Laptops: The numeric keypad is usually activated by the Function key.  It transforms J, K, L into 1, 2, 3, etc.

À = Alt + 0192 .. É = Alt + 0201 .. Î = Alt + 0206 .. ô = Alt + 0244 .. ù = Alt + 0249 .. Ç = Alt + 0199
Â = Alt + 0194 .. Ê = Alt + 0202 .. î = Alt + 0238 .. œ = Alt + 0156 .. û = Alt + 0251 .. ç = Alt + 0231
à = Alt + 0224 .. è = Alt + 0232 .. ï = Alt + 0239 .. 
â = Alt + 0226 .. é = Alt + 0233 .... 
................. ê = Alt + 0234 .... 
................. ë = Alt + 0235 .. ​*Apple OS (computers, iPads, iPhones)*
Newer versions of Mac OS X: simply press and hold the key for the unaccented letter. A list of accented options will appear. To insert one, click it, use the arrow keys in combination with Enter, or press the number key corresponding to the small digit below the accented letter.

All versions can use the Option key codes, the most common of which appear below.  For more details and the complete list, click here.

Acute ........... Option + E then desired vowel ....... é, É
Grave ........... Option + ` then desired vowel ....... à, è, ù, À, È, Ù
Circumflex ...... Option + I then desired vowel . --> . â, ê, î, ô, ù, Â, Ê, Î, Ô, Û
Umlaut .......... Option + U then desired vowel ....... ë, ï, ü, Ë, Ï, Ü
Cedilla ......... Option + C .......................... ç, Ç​*Linux *
Enable and select a "compose key" or use hexadecimal (unicode) codes.
For more information and the complete Linux key code list, click here.


*► Alternate Keyboard Layouts*

*Windows*
Enable the "US-International" keyboard so that you can use the  shortcuts listed below.  The installation guide is  located here, together with a complete list of available symbols. Alternatively, enable the Canadian French Keyboard, details here. Note that you can use these instructions to enable the French (AZERTY) keyboard or any other layout.

US-International keyboard shortcuts:
' + e/c       → é/ç
` + a/e/u     → à/è/ù
^ + a/e/i/o/u → â/ê/î/ô/û
" + e/i/u     → ë/ï/ü
 For capital letters hold SHIFT while pressing the letter you want to accent.​*Apple OS*
Enable a keyboard layout that includes accents, e.g., US Extended, French (AZERTY), Canadian French (QWERTY)
Details here, or search the Apple website for _keyboard layout_ or _international keyboard_.

*Linux*
Enable the keyboard(s) of your choice in your System Settings, e.g., US-International, French (AZERTY), etc.
Specifics and command-line options will depend on your Linux system.  For example, there are details here for Ubuntu.


*► On-screen keyboards*

Another easy way to type French accented letters is to open an on-screen keyboard site in a side window:

Type French accents - online French keyboard
Type accents here and copy/paste them into your post. In spite of the site's statements, it works for Mac users too. 

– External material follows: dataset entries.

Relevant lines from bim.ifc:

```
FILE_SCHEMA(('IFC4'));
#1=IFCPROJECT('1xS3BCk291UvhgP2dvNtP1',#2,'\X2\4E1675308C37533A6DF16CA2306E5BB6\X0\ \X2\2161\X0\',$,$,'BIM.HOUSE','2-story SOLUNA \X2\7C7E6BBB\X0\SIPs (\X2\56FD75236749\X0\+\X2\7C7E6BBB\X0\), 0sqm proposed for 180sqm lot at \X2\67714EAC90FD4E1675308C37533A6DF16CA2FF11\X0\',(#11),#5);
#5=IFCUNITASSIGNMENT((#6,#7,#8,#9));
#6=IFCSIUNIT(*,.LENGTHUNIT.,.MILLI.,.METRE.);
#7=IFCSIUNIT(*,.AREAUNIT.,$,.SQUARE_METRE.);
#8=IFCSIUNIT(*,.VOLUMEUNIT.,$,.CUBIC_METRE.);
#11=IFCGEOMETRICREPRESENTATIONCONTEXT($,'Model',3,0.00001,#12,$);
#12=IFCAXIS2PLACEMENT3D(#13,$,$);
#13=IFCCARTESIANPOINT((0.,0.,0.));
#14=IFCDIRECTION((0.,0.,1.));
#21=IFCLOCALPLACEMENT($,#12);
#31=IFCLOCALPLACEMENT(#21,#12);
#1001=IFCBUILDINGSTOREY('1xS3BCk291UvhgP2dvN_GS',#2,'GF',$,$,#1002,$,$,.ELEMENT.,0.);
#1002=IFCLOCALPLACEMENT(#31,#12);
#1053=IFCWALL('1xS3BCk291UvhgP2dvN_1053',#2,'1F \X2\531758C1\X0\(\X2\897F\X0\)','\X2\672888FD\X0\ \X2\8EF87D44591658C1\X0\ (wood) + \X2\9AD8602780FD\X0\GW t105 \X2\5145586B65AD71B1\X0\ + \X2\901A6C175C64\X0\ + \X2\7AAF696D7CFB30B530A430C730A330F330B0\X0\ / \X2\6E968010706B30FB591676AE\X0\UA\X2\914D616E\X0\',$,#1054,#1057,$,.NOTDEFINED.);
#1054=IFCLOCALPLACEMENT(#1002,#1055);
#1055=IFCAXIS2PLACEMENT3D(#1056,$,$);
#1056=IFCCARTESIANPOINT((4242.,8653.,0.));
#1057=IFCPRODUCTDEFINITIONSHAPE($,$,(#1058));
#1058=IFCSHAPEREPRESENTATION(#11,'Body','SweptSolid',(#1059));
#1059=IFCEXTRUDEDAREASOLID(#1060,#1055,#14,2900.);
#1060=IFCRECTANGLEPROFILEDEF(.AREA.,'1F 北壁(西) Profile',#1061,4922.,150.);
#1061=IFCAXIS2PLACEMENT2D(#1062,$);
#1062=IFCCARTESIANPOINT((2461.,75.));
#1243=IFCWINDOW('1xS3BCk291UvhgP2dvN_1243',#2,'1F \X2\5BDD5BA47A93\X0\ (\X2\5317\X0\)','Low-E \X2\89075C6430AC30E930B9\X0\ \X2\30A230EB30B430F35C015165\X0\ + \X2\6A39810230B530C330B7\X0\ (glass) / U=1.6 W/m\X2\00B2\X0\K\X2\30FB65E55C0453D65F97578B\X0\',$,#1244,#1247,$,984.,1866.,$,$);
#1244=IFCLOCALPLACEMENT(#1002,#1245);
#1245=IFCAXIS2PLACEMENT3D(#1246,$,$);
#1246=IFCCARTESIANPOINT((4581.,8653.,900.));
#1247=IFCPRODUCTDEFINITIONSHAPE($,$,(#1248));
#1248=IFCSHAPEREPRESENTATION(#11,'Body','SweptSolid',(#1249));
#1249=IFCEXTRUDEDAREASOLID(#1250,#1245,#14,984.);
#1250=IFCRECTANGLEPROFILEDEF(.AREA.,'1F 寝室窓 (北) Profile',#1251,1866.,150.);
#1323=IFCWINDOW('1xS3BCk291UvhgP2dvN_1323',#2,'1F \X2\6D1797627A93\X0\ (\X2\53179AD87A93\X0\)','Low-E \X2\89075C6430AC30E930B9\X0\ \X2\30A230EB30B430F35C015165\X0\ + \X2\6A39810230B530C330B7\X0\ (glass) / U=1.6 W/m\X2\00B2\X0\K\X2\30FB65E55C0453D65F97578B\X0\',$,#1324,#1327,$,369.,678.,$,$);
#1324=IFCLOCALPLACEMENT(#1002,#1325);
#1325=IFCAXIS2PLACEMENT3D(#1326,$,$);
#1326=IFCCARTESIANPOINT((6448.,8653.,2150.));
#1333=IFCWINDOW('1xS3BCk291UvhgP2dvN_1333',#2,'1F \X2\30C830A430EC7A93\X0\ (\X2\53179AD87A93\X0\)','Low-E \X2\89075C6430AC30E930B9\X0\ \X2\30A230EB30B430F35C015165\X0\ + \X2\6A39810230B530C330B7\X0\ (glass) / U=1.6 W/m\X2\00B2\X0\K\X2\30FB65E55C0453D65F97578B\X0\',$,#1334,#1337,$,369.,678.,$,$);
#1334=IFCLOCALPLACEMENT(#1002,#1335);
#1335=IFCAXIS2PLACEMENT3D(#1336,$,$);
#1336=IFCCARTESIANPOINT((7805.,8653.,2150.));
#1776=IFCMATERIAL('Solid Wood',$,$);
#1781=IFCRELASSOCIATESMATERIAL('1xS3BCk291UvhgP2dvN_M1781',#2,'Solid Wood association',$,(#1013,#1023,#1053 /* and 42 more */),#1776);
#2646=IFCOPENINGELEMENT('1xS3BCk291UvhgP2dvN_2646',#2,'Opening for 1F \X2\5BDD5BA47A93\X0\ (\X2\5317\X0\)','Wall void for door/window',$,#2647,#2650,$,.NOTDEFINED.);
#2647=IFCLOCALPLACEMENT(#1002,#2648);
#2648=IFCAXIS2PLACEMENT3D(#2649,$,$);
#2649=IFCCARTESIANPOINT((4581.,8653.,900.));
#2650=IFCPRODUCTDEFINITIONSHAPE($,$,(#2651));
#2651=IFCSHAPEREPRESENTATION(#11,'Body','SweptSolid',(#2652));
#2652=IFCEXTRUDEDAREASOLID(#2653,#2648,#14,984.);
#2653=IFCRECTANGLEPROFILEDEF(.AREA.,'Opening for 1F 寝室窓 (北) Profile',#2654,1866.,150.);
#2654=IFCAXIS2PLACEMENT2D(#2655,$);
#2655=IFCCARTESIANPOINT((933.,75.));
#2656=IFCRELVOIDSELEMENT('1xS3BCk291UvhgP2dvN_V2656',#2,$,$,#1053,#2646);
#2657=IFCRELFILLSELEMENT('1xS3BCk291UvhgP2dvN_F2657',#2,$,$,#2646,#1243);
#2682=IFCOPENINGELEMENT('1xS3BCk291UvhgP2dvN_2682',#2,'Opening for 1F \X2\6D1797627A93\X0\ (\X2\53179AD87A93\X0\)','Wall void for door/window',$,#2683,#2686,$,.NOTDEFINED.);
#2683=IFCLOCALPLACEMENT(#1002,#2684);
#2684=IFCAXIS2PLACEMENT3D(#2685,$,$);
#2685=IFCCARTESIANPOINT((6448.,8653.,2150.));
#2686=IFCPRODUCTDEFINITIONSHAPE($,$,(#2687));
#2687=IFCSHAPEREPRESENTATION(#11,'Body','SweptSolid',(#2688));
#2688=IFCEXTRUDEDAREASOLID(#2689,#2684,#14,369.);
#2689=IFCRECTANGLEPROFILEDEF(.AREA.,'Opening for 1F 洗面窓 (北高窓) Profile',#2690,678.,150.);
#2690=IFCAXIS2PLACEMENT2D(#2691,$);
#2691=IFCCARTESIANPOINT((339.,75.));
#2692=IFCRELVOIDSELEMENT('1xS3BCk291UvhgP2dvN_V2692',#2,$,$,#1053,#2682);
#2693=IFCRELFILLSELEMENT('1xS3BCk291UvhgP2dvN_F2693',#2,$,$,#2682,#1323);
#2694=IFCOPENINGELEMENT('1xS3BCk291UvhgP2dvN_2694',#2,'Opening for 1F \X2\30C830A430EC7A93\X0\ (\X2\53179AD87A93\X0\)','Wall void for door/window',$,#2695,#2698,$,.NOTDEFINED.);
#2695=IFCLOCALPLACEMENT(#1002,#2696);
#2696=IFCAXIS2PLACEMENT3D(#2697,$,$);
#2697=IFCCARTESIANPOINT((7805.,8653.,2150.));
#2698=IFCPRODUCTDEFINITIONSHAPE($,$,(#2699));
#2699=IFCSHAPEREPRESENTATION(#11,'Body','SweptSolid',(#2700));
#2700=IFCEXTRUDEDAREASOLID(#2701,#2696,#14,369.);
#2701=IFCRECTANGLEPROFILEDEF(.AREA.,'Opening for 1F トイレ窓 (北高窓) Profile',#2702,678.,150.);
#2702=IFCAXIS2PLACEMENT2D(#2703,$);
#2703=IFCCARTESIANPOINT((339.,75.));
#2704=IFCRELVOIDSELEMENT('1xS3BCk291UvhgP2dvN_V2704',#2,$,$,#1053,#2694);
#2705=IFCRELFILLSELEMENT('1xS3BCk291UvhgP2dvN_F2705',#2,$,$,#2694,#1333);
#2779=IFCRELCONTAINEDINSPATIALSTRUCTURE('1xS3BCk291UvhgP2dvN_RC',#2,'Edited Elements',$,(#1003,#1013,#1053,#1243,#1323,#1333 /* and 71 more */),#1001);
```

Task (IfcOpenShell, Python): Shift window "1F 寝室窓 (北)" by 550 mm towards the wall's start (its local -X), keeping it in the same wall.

```python
import ifcopenshell
import ifcopenshell.api.geometry
import ifcopenshell.util.placement

model = ifcopenshell.open("bim.ifc")

window = model.by_guid("1xS3BCk291UvhgP2dvN_1243")
opening = window.FillsVoids[0].RelatingOpeningElement
wall = opening.VoidsElements[0].RelatingBuildingElement

wall_matrix = ifcopenshell.util.placement.get_local_placement(wall.ObjectPlacement)
shift = wall_matrix[:3, 0] * -550.0
before = ifcopenshell.util.placement.get_local_placement(window.ObjectPlacement)[:3, 3].copy()

# The window is not placed relative to its opening, so move both.
for product in (opening, window):
    matrix = ifcopenshell.util.placement.get_local_placement(product.ObjectPlacement)
    matrix[:3, 3] += shift
    ifcopenshell.api.geometry.edit_object_placement(model, product=product, matrix=matrix, is_si=False)

after = ifcopenshell.util.placement.get_local_placement(window.ObjectPlacement)[:3, 3]
print("window moved by", (after - before).round(3) + 0.0)

model.write("bim_edited.ifc")
```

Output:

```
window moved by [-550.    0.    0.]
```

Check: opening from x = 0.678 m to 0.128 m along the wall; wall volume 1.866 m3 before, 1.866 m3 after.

Clavier français en ligne LEXILOGOS >>
This site allows you to type directly in the text window and insert accents with a mouse click.
Use copy/paste to transfer your accented text into your post. Note that many keyboards are available besides French.


*► More information *

Accentuer les capitales sous Windows - Langue-fr.net (pour clavier français).
How to type accented capital letters on a French (AZERTY) keyboard.

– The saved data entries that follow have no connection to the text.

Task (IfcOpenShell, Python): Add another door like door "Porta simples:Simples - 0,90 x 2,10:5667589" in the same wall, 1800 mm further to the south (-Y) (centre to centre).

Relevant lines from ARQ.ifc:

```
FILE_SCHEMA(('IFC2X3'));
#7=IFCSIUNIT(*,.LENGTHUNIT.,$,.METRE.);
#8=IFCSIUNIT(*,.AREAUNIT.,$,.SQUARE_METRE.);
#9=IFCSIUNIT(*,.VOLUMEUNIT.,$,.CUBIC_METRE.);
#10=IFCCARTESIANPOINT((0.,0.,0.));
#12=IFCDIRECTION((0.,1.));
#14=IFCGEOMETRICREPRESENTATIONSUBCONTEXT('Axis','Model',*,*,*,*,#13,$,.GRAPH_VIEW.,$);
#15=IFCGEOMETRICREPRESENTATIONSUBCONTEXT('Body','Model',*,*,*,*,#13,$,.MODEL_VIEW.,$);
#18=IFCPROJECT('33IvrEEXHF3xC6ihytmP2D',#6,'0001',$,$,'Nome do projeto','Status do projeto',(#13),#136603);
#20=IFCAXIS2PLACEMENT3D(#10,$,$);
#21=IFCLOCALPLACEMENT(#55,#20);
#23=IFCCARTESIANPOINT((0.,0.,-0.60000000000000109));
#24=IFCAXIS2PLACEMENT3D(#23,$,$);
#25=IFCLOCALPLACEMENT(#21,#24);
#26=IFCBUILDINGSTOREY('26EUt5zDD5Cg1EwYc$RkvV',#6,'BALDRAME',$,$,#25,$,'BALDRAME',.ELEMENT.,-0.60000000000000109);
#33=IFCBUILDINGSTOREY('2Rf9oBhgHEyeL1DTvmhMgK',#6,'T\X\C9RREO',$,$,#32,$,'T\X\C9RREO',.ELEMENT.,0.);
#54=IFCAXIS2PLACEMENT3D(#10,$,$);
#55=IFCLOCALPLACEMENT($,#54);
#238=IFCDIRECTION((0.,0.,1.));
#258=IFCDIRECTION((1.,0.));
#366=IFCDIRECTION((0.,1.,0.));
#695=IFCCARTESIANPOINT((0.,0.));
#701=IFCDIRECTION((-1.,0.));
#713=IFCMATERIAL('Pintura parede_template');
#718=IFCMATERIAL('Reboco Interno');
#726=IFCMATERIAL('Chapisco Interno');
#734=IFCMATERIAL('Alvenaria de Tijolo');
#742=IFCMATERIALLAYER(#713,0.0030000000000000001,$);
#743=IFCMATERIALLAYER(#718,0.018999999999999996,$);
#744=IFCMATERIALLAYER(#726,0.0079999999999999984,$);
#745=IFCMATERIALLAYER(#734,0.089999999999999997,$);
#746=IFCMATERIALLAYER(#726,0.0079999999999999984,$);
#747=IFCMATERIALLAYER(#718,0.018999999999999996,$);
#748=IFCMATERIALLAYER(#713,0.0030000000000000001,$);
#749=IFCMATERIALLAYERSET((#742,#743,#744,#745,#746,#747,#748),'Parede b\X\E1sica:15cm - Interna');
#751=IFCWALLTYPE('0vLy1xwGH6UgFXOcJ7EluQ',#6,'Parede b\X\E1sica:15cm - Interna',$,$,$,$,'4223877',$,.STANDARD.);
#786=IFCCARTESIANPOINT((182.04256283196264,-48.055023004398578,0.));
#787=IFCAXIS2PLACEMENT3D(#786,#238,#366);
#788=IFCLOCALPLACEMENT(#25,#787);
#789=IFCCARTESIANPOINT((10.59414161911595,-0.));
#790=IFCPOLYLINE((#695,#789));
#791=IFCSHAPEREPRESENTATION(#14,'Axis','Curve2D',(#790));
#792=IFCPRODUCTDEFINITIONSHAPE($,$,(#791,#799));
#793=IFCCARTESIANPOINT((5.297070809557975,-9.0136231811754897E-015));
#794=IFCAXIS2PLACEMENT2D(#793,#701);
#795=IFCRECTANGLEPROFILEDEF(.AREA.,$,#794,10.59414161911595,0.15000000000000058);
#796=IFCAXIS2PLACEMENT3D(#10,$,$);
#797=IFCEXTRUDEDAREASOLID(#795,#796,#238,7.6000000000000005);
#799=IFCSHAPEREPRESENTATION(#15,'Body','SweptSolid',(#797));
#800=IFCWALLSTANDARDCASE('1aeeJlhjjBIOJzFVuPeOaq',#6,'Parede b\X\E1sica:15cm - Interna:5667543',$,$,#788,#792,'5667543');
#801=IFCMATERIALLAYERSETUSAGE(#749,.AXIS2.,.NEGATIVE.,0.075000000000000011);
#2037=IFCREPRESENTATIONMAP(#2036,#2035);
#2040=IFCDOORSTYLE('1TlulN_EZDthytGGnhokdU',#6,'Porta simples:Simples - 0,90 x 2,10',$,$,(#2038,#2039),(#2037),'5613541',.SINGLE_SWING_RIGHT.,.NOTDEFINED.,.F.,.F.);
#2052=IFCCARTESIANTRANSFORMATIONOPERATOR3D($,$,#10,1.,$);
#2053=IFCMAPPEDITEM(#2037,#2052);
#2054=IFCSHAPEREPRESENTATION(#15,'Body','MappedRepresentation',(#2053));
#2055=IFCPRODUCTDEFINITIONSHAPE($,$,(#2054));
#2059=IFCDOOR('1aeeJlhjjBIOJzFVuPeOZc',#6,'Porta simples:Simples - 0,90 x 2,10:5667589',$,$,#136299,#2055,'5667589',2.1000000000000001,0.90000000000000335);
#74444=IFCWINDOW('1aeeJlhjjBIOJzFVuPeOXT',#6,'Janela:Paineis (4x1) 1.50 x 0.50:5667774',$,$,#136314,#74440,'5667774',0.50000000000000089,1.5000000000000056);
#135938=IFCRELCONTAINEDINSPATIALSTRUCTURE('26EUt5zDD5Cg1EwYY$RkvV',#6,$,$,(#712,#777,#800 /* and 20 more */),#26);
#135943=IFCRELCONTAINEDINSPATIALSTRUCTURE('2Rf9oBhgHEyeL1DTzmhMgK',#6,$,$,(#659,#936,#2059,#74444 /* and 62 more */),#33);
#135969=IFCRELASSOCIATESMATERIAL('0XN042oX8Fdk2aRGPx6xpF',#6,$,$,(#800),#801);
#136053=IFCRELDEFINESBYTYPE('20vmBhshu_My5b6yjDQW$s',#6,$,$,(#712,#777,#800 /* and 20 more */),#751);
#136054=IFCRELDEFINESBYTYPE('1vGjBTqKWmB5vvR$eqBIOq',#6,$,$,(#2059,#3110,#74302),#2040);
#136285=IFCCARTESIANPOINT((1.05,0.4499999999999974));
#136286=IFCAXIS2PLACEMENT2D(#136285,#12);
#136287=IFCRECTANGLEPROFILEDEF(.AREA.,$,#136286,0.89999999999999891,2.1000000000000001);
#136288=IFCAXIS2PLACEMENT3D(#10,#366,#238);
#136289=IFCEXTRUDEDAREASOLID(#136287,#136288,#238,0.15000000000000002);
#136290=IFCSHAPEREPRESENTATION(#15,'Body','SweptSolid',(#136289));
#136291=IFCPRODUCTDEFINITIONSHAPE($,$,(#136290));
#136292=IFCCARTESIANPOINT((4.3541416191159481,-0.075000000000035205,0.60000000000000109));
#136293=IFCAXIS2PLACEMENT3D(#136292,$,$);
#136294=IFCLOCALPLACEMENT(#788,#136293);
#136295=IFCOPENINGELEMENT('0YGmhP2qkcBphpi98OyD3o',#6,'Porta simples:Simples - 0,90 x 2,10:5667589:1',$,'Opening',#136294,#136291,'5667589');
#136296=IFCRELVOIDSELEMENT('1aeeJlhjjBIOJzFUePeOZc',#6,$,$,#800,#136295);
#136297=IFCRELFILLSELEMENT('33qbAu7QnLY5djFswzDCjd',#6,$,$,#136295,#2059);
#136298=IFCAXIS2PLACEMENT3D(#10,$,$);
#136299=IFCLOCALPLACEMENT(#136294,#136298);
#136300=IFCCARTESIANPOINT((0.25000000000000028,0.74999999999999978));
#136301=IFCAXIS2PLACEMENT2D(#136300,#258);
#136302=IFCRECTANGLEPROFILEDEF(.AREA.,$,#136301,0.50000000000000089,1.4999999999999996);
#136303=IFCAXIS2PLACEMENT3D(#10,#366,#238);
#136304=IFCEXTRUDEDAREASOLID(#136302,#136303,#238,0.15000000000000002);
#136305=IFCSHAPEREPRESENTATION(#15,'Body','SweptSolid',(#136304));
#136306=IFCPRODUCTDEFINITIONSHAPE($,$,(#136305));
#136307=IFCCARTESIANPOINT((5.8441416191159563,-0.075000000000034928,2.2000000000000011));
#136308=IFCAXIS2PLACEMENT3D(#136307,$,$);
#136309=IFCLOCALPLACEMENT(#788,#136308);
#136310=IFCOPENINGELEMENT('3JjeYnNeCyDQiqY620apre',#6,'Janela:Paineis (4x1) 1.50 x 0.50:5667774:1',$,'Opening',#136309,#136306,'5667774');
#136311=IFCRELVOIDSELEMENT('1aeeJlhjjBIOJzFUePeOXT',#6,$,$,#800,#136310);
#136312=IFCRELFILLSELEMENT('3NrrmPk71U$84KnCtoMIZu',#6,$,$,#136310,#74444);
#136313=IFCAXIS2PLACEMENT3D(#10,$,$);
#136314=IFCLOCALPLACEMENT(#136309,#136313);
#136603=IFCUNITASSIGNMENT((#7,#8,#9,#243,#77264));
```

```python
import ifcopenshell
import ifcopenshell.api.feature
import ifcopenshell.api.geometry
import ifcopenshell.api.root
import ifcopenshell.geom
import ifcopenshell.util.element
import ifcopenshell.util.placement
import ifcopenshell.util.shape
import ifcopenshell.util.unit

model = ifcopenshell.open("ARQ.ifc")
unit_scale = ifcopenshell.util.unit.calculate_unit_scale(model)
settings = ifcopenshell.geom.settings()


def volume(element):
    """Net volume in cubic metres, openings subtracted."""
    shape = ifcopenshell.geom.create_shape(settings, element)
    return ifcopenshell.util.shape.get_volume(shape.geometry)


def reuse_history(source, copy):
    """copy_class also copies each property set's owner history, people and application; keep the originals."""
    for rel in copy.IsDefinedBy:
        if rel.is_a("IfcRelDefinesByProperties") and (history := rel.RelatingPropertyDefinition.OwnerHistory):
            rel.RelatingPropertyDefinition.OwnerHistory = source.OwnerHistory
            ifcopenshell.util.element.remove_deep2(model, history)


door = model.by_id(2059)
opening = door.FillsVoids[0].RelatingOpeningElement
wall = opening.VoidsElements[0].RelatingBuildingElement
before = volume(wall)
shift = ifcopenshell.util.placement.get_local_placement(wall.ObjectPlacement)[:3, 0] * -1.8 / unit_scale

# copy_class copies the void relationship, type, container and properties, but no geometry.
new_opening = ifcopenshell.api.root.copy_class(model, product=opening)
new_opening.Representation = ifcopenshell.util.element.copy_deep(
    model, opening.Representation, exclude=["IfcGeometricRepresentationContext", "IfcRepresentationMap"]
)
new_opening.Name = "Porta simples:Simples - 0,90 x 2,10"
new_opening.Tag = None
new_door = ifcopenshell.api.root.copy_class(model, product=door)
new_door.Representation = ifcopenshell.util.element.copy_deep(
    model, door.Representation, exclude=["IfcGeometricRepresentationContext", "IfcRepresentationMap"]
)
new_door.Name = "Porta simples:Simples - 0,90 x 2,10"
new_door.Tag = None
reuse_history(door, new_door)
fills = ifcopenshell.api.feature.add_filling(model, opening=new_opening, element=new_door)
fills.OwnerHistory = new_door.OwnerHistory  # required in IFC2X3

for old, new in ((opening, new_opening), (door, new_door)):
    matrix = ifcopenshell.util.placement.get_local_placement(old.ObjectPlacement)
    matrix[:3, 3] += shift
    ifcopenshell.api.geometry.edit_object_placement(model, product=new, matrix=matrix, is_si=False)

after = volume(wall)

print(f"wall volume {before:.3f} -> {after:.3f} m3")

model.write("ARQ_edited.ifc")
```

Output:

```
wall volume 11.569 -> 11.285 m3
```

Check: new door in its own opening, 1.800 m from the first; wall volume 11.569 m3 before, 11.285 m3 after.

Other WR resources: general help in the C&S sticky, members' tips for Linux, etc.​


----------



## The WR Moderator Team

*Windows – Complete Key Code List *

Ensure the number lock  (*Num Lock*) is on. Hold down the *Alt* key and enter the numbers on the numeric keypad.
Laptops: The numeric keypad is usually activated by the Function (*Fn*) key.  It transforms *J*, *K*, *L* into *1*, *2*, *3*, etc.

Note: The Unicode shortcuts (*Alt* + *0*…) should always work, but some of the alternative shortcuts (in gray) may not work on some locales.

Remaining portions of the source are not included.